How to complete this task:
If a line includes "IFCPRODUCTDEFINITIONSHAPE", copy it out of the entries.

Extracted data entries
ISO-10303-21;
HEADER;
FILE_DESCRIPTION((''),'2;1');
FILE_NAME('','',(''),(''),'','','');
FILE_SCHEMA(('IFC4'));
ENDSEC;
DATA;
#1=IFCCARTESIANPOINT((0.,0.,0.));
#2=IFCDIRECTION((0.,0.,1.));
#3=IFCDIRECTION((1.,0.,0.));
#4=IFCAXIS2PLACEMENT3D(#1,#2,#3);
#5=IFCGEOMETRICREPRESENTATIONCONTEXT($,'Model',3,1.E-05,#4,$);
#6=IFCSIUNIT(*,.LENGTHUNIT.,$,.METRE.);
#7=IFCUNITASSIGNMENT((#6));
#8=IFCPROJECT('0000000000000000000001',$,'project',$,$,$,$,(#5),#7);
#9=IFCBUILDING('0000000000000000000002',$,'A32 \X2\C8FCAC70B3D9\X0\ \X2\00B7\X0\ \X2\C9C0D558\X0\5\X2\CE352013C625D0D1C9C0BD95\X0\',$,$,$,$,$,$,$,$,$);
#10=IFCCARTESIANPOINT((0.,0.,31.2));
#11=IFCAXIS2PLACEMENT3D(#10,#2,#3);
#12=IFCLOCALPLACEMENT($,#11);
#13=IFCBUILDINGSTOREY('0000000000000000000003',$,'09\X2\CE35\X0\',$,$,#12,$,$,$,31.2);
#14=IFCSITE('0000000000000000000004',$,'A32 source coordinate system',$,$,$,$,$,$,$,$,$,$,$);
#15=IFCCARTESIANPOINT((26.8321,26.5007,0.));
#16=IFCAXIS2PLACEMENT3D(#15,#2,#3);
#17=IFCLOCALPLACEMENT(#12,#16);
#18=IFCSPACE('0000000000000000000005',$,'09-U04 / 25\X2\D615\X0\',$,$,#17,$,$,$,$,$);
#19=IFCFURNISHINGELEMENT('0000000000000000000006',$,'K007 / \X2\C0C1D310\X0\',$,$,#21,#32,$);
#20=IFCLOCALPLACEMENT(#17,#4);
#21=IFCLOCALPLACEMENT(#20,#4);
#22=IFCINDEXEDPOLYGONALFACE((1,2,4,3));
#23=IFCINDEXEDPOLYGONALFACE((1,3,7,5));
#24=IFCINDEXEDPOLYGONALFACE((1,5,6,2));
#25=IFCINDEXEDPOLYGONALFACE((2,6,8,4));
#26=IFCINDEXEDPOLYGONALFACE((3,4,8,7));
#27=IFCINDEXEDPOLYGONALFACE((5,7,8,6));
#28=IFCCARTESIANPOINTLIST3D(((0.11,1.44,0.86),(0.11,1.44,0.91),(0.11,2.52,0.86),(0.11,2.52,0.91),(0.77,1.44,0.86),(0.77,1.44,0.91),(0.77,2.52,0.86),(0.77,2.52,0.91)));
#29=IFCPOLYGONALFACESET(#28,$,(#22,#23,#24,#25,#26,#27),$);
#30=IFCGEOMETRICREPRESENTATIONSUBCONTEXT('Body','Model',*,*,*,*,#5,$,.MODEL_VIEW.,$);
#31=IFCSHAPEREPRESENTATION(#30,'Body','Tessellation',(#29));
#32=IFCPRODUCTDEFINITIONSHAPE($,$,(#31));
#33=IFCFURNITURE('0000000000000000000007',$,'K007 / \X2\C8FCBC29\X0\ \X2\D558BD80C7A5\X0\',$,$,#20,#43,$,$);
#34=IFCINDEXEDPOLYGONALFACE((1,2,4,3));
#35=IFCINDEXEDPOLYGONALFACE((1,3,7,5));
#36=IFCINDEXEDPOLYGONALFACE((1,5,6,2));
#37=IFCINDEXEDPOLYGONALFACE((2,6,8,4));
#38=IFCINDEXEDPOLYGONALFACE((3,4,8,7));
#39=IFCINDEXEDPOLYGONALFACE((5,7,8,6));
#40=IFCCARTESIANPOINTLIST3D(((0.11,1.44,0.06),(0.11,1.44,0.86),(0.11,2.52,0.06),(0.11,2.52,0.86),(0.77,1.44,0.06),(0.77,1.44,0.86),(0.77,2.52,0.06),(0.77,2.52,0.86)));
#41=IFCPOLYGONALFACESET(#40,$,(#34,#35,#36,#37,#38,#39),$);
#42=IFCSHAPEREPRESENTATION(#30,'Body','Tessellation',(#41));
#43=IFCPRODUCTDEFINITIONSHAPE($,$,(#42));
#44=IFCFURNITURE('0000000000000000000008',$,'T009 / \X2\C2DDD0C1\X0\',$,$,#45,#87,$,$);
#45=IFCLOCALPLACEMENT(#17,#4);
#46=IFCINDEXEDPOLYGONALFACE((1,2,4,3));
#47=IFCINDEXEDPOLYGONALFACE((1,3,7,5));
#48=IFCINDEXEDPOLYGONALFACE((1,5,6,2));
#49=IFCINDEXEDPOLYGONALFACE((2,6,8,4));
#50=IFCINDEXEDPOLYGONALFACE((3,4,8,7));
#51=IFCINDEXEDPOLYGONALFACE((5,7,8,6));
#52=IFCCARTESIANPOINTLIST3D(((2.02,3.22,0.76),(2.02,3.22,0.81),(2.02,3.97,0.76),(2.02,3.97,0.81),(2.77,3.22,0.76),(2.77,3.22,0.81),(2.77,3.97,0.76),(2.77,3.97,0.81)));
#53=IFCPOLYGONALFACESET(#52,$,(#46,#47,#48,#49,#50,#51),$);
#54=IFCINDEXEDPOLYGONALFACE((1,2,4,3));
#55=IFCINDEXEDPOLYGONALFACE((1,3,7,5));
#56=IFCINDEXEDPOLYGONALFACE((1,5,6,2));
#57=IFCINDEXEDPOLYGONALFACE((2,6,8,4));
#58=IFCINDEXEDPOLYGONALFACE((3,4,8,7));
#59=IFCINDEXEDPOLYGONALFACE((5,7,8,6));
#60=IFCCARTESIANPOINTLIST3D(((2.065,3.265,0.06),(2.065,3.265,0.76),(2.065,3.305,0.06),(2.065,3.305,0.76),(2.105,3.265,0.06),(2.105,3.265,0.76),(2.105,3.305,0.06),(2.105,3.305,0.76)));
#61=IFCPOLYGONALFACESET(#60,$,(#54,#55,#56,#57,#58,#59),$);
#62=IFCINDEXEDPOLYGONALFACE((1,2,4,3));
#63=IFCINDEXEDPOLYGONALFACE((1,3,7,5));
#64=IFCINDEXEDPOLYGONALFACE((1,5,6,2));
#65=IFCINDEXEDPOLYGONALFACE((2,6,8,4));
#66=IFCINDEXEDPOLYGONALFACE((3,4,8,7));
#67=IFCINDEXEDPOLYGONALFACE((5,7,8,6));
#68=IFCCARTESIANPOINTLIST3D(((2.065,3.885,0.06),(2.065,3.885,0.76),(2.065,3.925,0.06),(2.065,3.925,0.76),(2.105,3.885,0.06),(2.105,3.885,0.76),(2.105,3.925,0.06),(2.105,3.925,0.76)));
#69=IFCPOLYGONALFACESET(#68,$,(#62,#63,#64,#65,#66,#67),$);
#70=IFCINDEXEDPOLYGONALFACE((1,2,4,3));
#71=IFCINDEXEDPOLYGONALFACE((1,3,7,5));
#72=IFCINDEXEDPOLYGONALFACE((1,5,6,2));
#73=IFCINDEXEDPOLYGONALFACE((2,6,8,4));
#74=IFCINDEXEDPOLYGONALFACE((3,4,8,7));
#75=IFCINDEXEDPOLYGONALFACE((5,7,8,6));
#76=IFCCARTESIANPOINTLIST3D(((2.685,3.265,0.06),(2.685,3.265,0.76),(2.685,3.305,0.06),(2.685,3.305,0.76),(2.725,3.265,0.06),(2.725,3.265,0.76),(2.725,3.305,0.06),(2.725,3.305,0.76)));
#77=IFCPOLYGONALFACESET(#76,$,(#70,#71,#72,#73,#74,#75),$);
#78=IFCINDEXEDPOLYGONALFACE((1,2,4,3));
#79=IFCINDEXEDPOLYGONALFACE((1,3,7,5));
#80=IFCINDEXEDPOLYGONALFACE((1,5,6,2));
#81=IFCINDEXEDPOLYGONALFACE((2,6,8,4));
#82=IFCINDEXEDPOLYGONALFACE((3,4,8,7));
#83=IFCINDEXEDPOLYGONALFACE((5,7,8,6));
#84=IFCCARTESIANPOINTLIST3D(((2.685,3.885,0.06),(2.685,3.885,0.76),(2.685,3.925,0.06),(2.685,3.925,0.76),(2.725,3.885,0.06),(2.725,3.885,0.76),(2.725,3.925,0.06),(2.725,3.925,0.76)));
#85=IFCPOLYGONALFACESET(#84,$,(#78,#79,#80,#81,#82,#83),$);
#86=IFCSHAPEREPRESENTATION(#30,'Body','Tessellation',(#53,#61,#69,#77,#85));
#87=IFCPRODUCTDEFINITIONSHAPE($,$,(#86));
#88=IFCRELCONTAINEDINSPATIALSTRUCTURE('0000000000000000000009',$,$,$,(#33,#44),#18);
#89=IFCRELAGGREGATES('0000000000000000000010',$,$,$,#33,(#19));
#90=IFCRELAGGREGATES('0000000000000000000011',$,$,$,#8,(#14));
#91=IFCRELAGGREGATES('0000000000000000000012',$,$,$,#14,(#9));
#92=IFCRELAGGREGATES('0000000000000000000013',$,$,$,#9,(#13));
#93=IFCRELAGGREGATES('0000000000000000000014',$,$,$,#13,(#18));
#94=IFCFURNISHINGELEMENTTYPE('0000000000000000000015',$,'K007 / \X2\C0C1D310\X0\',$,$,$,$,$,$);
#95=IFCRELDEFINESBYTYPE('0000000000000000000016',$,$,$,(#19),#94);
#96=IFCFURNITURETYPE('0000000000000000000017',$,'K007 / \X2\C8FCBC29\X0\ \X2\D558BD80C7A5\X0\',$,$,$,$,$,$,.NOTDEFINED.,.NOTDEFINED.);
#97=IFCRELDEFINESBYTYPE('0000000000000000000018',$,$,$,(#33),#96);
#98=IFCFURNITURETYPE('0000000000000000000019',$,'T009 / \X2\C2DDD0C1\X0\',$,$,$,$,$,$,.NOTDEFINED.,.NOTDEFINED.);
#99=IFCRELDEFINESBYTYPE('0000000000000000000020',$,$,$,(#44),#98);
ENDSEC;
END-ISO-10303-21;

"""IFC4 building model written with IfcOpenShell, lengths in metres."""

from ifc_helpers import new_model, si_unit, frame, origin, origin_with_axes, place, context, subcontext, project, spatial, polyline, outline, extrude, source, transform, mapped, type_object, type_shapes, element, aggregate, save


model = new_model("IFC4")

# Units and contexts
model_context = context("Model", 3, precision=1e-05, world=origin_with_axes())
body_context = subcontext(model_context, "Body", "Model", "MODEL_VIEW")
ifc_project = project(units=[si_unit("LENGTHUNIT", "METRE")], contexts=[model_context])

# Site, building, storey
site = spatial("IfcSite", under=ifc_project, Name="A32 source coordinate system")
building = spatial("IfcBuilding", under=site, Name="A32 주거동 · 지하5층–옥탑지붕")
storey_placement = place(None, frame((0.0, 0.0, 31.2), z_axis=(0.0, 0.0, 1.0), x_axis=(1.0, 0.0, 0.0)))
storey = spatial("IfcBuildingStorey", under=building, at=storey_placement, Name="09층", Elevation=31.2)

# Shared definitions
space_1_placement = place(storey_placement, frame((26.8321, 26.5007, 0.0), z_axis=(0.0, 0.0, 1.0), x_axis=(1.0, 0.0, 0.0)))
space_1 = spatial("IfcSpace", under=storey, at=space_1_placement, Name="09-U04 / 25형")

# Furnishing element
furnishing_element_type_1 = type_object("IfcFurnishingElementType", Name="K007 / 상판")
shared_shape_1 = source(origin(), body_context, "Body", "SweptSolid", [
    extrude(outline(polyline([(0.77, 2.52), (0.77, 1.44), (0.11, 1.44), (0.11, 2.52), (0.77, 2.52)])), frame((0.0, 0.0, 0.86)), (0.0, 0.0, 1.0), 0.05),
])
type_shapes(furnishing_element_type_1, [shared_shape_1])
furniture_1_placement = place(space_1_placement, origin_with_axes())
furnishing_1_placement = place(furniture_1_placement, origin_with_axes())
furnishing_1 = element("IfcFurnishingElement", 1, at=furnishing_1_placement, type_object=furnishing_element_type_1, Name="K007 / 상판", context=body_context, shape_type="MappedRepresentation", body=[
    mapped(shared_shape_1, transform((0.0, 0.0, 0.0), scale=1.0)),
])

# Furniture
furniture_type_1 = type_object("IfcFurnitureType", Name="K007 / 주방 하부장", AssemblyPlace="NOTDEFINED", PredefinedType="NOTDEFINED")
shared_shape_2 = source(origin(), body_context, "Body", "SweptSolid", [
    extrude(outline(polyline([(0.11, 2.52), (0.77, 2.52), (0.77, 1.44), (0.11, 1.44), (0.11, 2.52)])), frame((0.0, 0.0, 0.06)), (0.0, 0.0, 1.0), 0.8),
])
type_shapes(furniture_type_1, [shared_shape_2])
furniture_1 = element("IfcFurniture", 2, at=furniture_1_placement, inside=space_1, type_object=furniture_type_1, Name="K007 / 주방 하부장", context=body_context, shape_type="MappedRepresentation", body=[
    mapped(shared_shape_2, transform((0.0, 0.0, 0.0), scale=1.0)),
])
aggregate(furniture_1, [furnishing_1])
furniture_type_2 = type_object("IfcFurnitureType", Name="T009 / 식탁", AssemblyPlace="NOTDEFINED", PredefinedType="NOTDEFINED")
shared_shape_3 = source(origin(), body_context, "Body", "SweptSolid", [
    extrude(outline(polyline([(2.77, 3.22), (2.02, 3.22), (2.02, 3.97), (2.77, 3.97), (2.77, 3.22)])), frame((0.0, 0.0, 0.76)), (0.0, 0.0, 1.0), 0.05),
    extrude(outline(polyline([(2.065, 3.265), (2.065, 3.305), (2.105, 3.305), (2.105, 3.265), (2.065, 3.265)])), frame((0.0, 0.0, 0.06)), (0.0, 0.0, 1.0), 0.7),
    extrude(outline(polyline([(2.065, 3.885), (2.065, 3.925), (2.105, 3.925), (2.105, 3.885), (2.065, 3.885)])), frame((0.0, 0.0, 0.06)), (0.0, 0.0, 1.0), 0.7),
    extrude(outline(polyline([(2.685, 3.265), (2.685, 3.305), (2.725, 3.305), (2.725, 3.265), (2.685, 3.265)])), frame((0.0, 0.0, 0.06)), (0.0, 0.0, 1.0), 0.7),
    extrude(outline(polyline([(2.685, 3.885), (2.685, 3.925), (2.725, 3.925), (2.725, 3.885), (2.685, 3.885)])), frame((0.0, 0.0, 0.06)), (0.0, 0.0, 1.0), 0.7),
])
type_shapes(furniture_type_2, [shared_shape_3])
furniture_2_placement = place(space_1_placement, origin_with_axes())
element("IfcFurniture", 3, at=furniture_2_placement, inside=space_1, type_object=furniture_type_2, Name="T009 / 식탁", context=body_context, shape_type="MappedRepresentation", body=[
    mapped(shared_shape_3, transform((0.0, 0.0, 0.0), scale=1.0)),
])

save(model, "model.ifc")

Task solution:
#32=IFCPRODUCTDEFINITIONSHAPE($,$,(#31));
#43=IFCPRODUCTDEFINITIONSHAPE($,$,(#42));
#87=IFCPRODUCTDEFINITIONSHAPE($,$,(#86));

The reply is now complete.